▶ Problem statement: Nothing outside the range below should be printed. Output exactly the lines from the line with "#31=IFCINDEXEDPOLYGONALFACE((2,6,8,4));" to the line with "#54=IFCINDEXEDPOLYGONALFACE((1,5,6,2));", both included.

Dataset items:

::::::

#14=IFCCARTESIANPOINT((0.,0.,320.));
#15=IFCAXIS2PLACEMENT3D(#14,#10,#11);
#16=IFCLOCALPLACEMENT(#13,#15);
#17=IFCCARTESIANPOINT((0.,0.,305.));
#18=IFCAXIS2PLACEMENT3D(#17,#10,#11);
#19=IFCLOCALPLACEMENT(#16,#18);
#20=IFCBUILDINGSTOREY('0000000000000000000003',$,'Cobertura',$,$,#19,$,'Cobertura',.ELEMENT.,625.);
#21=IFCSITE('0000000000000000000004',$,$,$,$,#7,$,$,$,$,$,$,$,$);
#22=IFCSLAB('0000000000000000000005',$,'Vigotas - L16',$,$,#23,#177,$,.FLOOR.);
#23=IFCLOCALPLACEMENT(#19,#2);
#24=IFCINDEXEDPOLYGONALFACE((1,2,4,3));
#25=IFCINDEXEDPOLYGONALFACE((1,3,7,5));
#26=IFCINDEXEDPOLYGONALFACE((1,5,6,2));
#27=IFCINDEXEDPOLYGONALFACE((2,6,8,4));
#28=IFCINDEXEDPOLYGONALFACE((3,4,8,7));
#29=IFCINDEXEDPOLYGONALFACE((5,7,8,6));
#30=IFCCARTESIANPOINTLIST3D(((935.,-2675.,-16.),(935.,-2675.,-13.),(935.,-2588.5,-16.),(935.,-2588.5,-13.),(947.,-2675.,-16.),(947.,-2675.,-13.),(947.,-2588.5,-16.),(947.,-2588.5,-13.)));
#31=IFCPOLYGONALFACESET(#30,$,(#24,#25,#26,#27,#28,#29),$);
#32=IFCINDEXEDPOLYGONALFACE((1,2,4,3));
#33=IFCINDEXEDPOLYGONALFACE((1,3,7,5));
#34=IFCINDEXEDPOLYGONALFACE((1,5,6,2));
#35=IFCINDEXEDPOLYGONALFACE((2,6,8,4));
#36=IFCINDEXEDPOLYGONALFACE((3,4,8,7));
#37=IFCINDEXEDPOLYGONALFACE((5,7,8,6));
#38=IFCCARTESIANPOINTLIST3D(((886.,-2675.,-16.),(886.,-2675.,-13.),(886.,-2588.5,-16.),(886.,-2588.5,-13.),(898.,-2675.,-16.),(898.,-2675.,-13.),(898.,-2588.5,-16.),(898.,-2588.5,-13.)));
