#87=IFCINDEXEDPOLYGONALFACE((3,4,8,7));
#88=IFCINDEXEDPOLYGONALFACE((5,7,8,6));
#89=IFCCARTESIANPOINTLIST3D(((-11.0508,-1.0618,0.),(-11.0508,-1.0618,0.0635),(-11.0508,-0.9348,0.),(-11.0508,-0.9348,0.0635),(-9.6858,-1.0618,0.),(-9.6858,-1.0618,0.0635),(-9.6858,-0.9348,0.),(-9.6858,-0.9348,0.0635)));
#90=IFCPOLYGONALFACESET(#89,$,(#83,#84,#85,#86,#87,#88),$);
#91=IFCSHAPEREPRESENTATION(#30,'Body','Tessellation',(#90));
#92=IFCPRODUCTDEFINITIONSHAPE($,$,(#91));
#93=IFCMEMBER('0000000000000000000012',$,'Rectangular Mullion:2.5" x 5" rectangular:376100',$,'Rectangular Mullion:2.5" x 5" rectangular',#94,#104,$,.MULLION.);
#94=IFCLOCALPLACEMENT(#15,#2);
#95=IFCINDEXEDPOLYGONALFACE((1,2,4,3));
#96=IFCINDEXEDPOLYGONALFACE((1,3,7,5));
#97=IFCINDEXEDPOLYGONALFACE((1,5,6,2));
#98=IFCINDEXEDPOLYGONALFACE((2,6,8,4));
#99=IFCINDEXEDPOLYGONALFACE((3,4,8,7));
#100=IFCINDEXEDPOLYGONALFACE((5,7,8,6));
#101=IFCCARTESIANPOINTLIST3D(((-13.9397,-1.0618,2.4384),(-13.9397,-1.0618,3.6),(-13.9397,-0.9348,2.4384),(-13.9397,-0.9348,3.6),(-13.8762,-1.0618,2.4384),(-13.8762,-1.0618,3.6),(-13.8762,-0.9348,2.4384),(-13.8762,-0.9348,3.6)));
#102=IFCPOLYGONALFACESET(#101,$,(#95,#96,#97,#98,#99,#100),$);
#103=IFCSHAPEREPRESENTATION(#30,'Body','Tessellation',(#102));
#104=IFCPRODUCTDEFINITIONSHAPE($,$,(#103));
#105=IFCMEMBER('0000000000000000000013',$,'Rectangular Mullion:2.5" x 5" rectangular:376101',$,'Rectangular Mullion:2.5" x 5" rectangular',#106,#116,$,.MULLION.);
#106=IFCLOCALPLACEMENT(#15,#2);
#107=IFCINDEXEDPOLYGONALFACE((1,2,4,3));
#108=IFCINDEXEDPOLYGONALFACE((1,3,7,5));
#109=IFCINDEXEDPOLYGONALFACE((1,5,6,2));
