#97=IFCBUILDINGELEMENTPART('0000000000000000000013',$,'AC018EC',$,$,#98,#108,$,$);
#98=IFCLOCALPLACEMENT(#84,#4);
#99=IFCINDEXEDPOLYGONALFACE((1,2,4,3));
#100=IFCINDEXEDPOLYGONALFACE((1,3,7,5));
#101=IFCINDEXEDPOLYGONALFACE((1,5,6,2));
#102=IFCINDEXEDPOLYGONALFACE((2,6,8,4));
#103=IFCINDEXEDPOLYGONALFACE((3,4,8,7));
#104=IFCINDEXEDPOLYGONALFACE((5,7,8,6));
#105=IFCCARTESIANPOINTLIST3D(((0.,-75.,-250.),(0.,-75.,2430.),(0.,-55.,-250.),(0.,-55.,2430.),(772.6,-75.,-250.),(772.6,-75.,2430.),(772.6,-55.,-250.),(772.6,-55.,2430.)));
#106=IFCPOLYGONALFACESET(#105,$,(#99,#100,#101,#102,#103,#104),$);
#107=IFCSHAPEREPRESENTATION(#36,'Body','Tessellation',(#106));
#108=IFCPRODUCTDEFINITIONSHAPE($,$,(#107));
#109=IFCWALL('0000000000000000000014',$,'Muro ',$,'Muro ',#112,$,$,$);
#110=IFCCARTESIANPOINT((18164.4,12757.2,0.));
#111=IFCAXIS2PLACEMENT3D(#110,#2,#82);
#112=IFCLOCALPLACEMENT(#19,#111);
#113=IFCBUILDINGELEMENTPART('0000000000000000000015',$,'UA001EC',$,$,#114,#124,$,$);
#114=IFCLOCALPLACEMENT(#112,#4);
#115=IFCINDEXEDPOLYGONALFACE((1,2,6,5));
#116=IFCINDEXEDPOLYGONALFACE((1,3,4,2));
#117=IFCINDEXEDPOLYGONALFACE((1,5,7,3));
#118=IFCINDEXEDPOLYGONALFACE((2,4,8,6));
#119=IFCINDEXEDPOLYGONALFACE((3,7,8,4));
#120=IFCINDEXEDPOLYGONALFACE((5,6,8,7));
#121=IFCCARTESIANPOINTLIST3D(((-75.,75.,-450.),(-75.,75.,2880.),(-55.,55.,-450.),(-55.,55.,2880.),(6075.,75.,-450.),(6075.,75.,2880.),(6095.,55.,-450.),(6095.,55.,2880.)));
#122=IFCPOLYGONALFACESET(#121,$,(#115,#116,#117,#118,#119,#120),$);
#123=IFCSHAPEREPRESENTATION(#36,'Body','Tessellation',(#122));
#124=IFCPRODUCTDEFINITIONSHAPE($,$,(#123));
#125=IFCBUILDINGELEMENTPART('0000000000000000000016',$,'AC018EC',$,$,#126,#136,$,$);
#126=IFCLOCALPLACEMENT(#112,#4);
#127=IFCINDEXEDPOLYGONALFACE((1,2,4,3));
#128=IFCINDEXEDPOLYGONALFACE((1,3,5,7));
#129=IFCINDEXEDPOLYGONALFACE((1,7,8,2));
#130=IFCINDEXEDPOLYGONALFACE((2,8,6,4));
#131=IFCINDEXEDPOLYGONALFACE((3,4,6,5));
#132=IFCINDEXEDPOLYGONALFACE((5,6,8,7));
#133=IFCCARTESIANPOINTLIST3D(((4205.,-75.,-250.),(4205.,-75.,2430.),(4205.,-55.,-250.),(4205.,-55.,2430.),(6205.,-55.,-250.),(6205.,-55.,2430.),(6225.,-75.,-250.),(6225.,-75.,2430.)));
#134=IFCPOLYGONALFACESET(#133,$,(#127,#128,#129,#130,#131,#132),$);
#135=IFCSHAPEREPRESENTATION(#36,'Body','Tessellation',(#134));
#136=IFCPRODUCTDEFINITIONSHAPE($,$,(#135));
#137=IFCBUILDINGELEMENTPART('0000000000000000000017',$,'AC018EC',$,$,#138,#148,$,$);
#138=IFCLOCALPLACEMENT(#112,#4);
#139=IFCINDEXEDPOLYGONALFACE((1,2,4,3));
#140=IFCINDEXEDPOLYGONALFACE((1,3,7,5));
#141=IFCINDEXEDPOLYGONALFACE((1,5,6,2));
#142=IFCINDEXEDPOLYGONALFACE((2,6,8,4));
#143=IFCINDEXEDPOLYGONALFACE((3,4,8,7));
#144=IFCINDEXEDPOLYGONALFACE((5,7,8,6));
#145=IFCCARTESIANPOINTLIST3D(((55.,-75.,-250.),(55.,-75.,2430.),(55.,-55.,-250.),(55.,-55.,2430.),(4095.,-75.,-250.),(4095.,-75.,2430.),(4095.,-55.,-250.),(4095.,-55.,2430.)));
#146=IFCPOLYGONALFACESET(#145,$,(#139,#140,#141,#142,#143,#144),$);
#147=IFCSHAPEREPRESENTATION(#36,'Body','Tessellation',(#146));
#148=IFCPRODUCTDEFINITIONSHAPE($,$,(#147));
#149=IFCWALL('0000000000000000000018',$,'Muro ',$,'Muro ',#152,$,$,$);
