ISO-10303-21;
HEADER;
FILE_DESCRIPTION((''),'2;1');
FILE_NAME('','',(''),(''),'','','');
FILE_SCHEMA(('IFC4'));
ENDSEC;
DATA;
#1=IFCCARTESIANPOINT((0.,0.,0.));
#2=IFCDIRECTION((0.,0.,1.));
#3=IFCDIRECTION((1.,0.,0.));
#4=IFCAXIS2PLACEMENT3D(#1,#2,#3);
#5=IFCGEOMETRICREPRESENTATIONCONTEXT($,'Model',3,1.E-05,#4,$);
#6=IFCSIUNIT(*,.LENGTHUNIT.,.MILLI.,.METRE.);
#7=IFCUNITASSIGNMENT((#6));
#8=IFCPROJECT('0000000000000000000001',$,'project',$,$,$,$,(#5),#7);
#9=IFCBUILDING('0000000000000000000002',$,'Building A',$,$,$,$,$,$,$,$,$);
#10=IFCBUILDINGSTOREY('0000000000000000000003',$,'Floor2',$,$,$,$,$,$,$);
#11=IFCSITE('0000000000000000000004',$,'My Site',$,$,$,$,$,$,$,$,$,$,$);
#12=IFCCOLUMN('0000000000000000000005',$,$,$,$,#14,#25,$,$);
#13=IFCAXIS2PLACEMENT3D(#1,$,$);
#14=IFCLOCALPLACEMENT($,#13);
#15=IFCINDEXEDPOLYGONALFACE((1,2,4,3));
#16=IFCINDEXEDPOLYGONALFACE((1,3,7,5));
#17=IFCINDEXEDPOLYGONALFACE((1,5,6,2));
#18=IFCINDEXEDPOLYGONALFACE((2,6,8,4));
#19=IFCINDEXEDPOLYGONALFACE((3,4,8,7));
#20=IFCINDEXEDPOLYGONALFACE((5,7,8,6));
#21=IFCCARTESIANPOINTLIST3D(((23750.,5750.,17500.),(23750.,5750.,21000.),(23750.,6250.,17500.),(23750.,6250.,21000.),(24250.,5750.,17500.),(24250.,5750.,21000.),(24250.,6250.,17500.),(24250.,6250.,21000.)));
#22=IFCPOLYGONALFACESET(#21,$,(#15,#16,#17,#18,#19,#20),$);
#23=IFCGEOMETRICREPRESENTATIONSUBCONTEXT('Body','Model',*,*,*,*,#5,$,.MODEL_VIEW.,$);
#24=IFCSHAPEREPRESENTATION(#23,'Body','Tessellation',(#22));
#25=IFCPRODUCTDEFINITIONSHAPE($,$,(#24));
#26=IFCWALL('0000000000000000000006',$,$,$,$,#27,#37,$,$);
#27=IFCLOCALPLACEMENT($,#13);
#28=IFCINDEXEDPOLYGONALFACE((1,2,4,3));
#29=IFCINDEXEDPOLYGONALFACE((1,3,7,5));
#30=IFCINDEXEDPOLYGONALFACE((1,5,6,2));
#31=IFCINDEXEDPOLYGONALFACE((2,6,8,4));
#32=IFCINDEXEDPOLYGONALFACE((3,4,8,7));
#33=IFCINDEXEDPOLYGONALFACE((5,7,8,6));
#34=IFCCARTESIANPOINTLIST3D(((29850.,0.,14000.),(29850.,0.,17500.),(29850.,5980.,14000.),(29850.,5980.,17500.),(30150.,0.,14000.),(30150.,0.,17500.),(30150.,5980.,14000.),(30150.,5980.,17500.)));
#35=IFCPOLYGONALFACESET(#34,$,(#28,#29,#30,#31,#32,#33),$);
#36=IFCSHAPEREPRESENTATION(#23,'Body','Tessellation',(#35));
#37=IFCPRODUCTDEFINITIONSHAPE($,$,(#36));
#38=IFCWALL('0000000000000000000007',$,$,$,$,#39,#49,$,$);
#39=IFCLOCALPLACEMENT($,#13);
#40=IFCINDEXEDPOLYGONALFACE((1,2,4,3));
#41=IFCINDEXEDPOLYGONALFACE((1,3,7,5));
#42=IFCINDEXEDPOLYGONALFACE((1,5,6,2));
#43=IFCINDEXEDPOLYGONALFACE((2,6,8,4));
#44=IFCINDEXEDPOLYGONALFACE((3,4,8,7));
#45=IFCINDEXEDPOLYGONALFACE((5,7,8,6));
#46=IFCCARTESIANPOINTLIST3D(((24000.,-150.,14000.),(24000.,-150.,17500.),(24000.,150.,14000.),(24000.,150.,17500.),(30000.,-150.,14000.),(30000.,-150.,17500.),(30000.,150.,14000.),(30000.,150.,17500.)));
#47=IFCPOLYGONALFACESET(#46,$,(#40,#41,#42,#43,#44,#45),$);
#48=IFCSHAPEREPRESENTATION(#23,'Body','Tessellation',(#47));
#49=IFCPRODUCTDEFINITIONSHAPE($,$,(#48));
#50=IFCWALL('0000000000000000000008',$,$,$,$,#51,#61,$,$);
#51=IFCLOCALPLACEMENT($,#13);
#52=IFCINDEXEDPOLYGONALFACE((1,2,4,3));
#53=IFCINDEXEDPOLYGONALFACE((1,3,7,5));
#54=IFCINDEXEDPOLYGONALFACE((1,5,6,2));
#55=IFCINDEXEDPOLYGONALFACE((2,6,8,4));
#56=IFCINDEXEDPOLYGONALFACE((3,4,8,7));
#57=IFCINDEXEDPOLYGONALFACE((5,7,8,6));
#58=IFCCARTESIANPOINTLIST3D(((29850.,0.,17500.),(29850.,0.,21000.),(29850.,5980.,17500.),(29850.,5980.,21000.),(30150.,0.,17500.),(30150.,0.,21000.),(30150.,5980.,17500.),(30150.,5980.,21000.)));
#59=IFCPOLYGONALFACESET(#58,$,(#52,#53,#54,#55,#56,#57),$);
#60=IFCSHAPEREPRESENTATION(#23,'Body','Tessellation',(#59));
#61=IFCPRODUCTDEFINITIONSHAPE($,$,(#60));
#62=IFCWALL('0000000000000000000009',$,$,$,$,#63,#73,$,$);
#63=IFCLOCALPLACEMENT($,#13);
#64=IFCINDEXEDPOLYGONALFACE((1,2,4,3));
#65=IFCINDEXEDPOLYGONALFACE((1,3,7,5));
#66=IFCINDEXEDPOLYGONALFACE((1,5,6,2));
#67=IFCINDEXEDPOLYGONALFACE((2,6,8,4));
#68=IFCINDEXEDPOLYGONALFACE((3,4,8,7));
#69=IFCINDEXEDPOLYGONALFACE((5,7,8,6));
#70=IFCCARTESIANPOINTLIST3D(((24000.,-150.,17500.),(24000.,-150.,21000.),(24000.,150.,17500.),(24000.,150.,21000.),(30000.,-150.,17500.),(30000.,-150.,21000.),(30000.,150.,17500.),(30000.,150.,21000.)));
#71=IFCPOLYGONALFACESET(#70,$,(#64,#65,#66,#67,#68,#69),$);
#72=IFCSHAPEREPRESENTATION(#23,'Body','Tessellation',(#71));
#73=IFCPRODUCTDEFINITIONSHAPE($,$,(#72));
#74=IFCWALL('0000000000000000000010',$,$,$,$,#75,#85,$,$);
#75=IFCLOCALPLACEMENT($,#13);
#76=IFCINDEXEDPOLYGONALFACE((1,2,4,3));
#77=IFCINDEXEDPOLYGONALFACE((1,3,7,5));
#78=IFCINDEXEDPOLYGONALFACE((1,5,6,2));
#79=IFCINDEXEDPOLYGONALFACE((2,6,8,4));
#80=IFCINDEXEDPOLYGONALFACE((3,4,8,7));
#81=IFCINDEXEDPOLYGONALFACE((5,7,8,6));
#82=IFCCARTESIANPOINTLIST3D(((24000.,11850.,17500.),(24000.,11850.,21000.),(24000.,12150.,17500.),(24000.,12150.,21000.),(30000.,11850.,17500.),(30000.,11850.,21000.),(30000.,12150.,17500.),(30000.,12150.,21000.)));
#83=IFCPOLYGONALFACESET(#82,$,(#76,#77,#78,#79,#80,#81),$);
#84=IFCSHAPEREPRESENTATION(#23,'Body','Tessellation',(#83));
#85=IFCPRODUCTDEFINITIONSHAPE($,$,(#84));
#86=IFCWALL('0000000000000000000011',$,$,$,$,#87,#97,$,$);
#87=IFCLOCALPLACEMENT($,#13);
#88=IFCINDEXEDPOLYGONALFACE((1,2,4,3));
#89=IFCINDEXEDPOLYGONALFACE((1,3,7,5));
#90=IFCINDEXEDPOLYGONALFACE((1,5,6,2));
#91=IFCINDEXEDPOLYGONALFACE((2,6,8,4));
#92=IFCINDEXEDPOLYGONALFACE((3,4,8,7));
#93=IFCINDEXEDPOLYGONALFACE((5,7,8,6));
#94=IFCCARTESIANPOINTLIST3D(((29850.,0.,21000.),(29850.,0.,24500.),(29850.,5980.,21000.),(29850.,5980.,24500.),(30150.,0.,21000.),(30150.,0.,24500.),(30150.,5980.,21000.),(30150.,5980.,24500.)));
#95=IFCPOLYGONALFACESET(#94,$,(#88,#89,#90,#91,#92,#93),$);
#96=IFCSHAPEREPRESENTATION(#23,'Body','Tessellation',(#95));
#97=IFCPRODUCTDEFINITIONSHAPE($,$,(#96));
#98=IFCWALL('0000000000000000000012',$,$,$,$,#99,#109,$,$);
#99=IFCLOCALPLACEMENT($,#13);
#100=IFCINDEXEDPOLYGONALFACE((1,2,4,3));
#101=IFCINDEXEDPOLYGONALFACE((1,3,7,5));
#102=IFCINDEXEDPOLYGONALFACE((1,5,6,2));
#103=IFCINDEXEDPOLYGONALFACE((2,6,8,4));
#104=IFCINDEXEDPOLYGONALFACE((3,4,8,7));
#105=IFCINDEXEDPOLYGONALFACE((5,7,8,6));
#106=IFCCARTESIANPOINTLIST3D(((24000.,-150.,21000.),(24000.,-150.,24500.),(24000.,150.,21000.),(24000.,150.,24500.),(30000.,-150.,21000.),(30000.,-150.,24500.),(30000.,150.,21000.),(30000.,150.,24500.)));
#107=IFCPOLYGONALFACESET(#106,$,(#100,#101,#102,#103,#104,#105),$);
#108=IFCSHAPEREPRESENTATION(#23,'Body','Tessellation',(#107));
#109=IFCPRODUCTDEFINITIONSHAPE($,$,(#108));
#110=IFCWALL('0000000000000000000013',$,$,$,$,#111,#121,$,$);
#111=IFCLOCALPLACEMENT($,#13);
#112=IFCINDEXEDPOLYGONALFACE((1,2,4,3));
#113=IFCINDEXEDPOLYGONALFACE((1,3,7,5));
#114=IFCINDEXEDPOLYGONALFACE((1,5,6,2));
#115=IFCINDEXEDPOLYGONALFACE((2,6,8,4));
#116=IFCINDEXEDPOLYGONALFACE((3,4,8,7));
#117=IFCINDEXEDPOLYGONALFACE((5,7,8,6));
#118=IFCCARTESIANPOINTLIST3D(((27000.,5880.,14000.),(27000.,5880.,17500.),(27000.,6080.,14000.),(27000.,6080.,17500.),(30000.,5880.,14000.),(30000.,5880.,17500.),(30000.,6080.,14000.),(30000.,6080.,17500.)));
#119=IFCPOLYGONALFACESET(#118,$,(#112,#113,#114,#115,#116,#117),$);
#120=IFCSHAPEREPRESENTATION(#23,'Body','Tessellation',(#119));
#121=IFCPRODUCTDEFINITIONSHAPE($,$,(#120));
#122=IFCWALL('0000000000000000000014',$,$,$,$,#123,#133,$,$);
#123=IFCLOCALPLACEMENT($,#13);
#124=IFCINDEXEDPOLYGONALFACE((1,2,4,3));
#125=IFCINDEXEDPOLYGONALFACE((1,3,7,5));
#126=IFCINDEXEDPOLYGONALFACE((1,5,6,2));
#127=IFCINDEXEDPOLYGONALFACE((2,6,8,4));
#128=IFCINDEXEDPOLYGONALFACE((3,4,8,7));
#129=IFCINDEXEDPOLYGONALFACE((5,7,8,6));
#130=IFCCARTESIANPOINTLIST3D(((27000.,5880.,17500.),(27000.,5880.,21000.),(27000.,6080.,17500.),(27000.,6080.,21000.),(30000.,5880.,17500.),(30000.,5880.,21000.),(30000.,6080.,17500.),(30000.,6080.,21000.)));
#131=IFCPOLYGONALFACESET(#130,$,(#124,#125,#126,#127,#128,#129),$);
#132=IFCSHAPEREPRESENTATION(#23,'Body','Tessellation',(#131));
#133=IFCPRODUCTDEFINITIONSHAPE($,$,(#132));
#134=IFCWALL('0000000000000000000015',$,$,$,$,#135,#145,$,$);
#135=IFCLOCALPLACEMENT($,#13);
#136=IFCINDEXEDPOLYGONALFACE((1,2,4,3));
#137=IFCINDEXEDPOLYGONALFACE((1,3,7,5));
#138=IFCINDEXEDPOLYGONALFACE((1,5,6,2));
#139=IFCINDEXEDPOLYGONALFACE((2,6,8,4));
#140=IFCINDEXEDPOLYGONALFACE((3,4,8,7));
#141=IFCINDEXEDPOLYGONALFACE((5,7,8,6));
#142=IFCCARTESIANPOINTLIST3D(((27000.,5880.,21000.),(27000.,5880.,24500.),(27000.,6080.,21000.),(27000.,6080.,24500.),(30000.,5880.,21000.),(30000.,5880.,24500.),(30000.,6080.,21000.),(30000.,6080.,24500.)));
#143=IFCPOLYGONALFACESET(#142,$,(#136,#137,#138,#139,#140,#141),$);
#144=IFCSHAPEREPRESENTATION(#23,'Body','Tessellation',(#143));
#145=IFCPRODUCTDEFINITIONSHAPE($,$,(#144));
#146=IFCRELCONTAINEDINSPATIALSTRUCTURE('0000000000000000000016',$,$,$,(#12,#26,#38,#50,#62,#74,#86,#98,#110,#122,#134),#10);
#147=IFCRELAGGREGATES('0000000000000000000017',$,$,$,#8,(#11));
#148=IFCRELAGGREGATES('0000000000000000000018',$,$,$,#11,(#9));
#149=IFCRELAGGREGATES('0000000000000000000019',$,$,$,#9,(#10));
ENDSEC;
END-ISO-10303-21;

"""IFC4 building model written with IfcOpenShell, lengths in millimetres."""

from ifc_helpers import new_model, si_unit, frame, origin_with_axes, place, context, subcontext, project, spatial, line, indexed_curve, outline, extrude, element, save


model = new_model("IFC4")

# Units and contexts
model_context = context("Model", 3, precision=1e-05, world=origin_with_axes())
body_context = subcontext(model_context, "Body", "Model", "MODEL_VIEW")
ifc_project = project(units=[si_unit("LENGTHUNIT", "METRE", prefix="MILLI")], contexts=[model_context])

# Site, building, storey
site = spatial("IfcSite", under=ifc_project, Name="My Site")
building = spatial("IfcBuilding", under=site, Name="Building A")
storey = spatial("IfcBuildingStorey", under=building, Name="Floor2")

# Column
column_placement = place(None, frame((24000.0, 6000.0, 17500.0), z_axis=(0.0, 0.0, 1.0), x_axis=(1.0, 0.0, 0.0)))
element("IfcColumn", 1, at=column_placement, inside=storey, context=body_context, shape_type="SweptSolid", body=[
    extrude(outline(indexed_curve([(-250.0, -250.0), (250.0, -250.0), (250.0, 250.0), (-250.0, 250.0)], segments=[line(1, 2, 3, 4, 1)])), origin_with_axes(), (0.0, 0.0, 1.0), 3500.0),
])

# Walls
wall_1_placement = place(None, frame((29850.0, 5980.0, 14000.0), z_axis=(0.0, 0.0, 1.0), x_axis=(0.0, -1.0, 0.0)))
element("IfcWall", 2, at=wall_1_placement, inside=storey, context=body_context, shape_type="SweptSolid", body=[
    extrude(outline(indexed_curve([(0.0, 0.0), (0.0, 300.0), (5980.0, 300.0), (5980.0, 0.0), (0.0, 0.0)], self_intersect=False)), origin_with_axes(), (0.0, 0.0, 1.0), 3500.0),
])
wall_2_placement = place(None, frame((30000.0, 150.0, 14000.0), z_axis=(0.0, 0.0, 1.0), x_axis=(-1.0, 0.0, 0.0)))
element("IfcWall", 3, at=wall_2_placement, inside=storey, context=body_context, shape_type="SweptSolid", body=[
    extrude(outline(indexed_curve([(0.0, 0.0), (0.0, 300.0), (6000.0, 300.0), (6000.0, 0.0), (0.0, 0.0)], self_intersect=False)), origin_with_axes(), (0.0, 0.0, 1.0), 3500.0),
])
wall_3_placement = place(None, frame((29850.0, 5980.0, 17500.0), z_axis=(0.0, 0.0, 1.0), x_axis=(0.0, -1.0, 0.0)))
element("IfcWall", 4, at=wall_3_placement, inside=storey, context=body_context, shape_type="SweptSolid", body=[
    extrude(outline(indexed_curve([(0.0, 0.0), (0.0, 300.0), (5980.0, 300.0), (5980.0, 0.0), (0.0, 0.0)], self_intersect=False)), origin_with_axes(), (0.0, 0.0, 1.0), 3500.0),
])
for number, where, z_axis, x_axis in (
    (5, (30000.0, 150.0, 17500.0), (0.0, 0.0, 1.0), (-1.0, 0.0, 0.0)),
    (6, (24000.0, 11850.0, 17500.0), (0.0, 0.0, 1.0), (1.0, 0.0, 0.0)),
):
    element("IfcWall", number, at=place(None, frame(where, z_axis=z_axis, x_axis=x_axis)), inside=storey, context=body_context, shape_type="SweptSolid", body=[
        extrude(outline(indexed_curve([(0.0, 0.0), (0.0, 300.0), (6000.0, 300.0), (6000.0, 0.0), (0.0, 0.0)], self_intersect=False)), origin_with_axes(), (0.0, 0.0, 1.0), 3500.0),
    ])
wall_4_placement = place(None, frame((29850.0, 5980.0, 21000.0), z_axis=(0.0, 0.0, 1.0), x_axis=(0.0, -1.0, 0.0)))
element("IfcWall", 7, at=wall_4_placement, inside=storey, context=body_context, shape_type="SweptSolid", body=[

::::::

▶ Task answer:
#31=IFCINDEXEDPOLYGONALFACE((2,6,8,4));
#32=IFCINDEXEDPOLYGONALFACE((3,4,8,7));
#33=IFCINDEXEDPOLYGONALFACE((5,7,8,6));
#34=IFCCARTESIANPOINTLIST3D(((29850.,0.,14000.),(29850.,0.,17500.),(29850.,5980.,14000.),(29850.,5980.,17500.),(30150.,0.,14000.),(30150.,0.,17500.),(30150.,5980.,14000.),(30150.,5980.,17500.)));
#35=IFCPOLYGONALFACESET(#34,$,(#28,#29,#30,#31,#32,#33),$);
#36=IFCSHAPEREPRESENTATION(#23,'Body','Tessellation',(#35));
#37=IFCPRODUCTDEFINITIONSHAPE($,$,(#36));
#38=IFCWALL('0000000000000000000007',$,$,$,$,#39,#49,$,$);
#39=IFCLOCALPLACEMENT($,#13);
#40=IFCINDEXEDPOLYGONALFACE((1,2,4,3));
#41=IFCINDEXEDPOLYGONALFACE((1,3,7,5));
#42=IFCINDEXEDPOLYGONALFACE((1,5,6,2));
#43=IFCINDEXEDPOLYGONALFACE((2,6,8,4));
#44=IFCINDEXEDPOLYGONALFACE((3,4,8,7));
#45=IFCINDEXEDPOLYGONALFACE((5,7,8,6));
#46=IFCCARTESIANPOINTLIST3D(((24000.,-150.,14000.),(24000.,-150.,17500.),(24000.,150.,14000.),(24000.,150.,17500.),(30000.,-150.,14000.),(30000.,-150.,17500.),(30000.,150.,14000.),(30000.,150.,17500.)));
#47=IFCPOLYGONALFACESET(#46,$,(#40,#41,#42,#43,#44,#45),$);
#48=IFCSHAPEREPRESENTATION(#23,'Body','Tessellation',(#47));
#49=IFCPRODUCTDEFINITIONSHAPE($,$,(#48));
#50=IFCWALL('0000000000000000000008',$,$,$,$,#51,#61,$,$);
#51=IFCLOCALPLACEMENT($,#13);
#52=IFCINDEXEDPOLYGONALFACE((1,2,4,3));
#53=IFCINDEXEDPOLYGONALFACE((1,3,7,5));
#54=IFCINDEXEDPOLYGONALFACE((1,5,6,2));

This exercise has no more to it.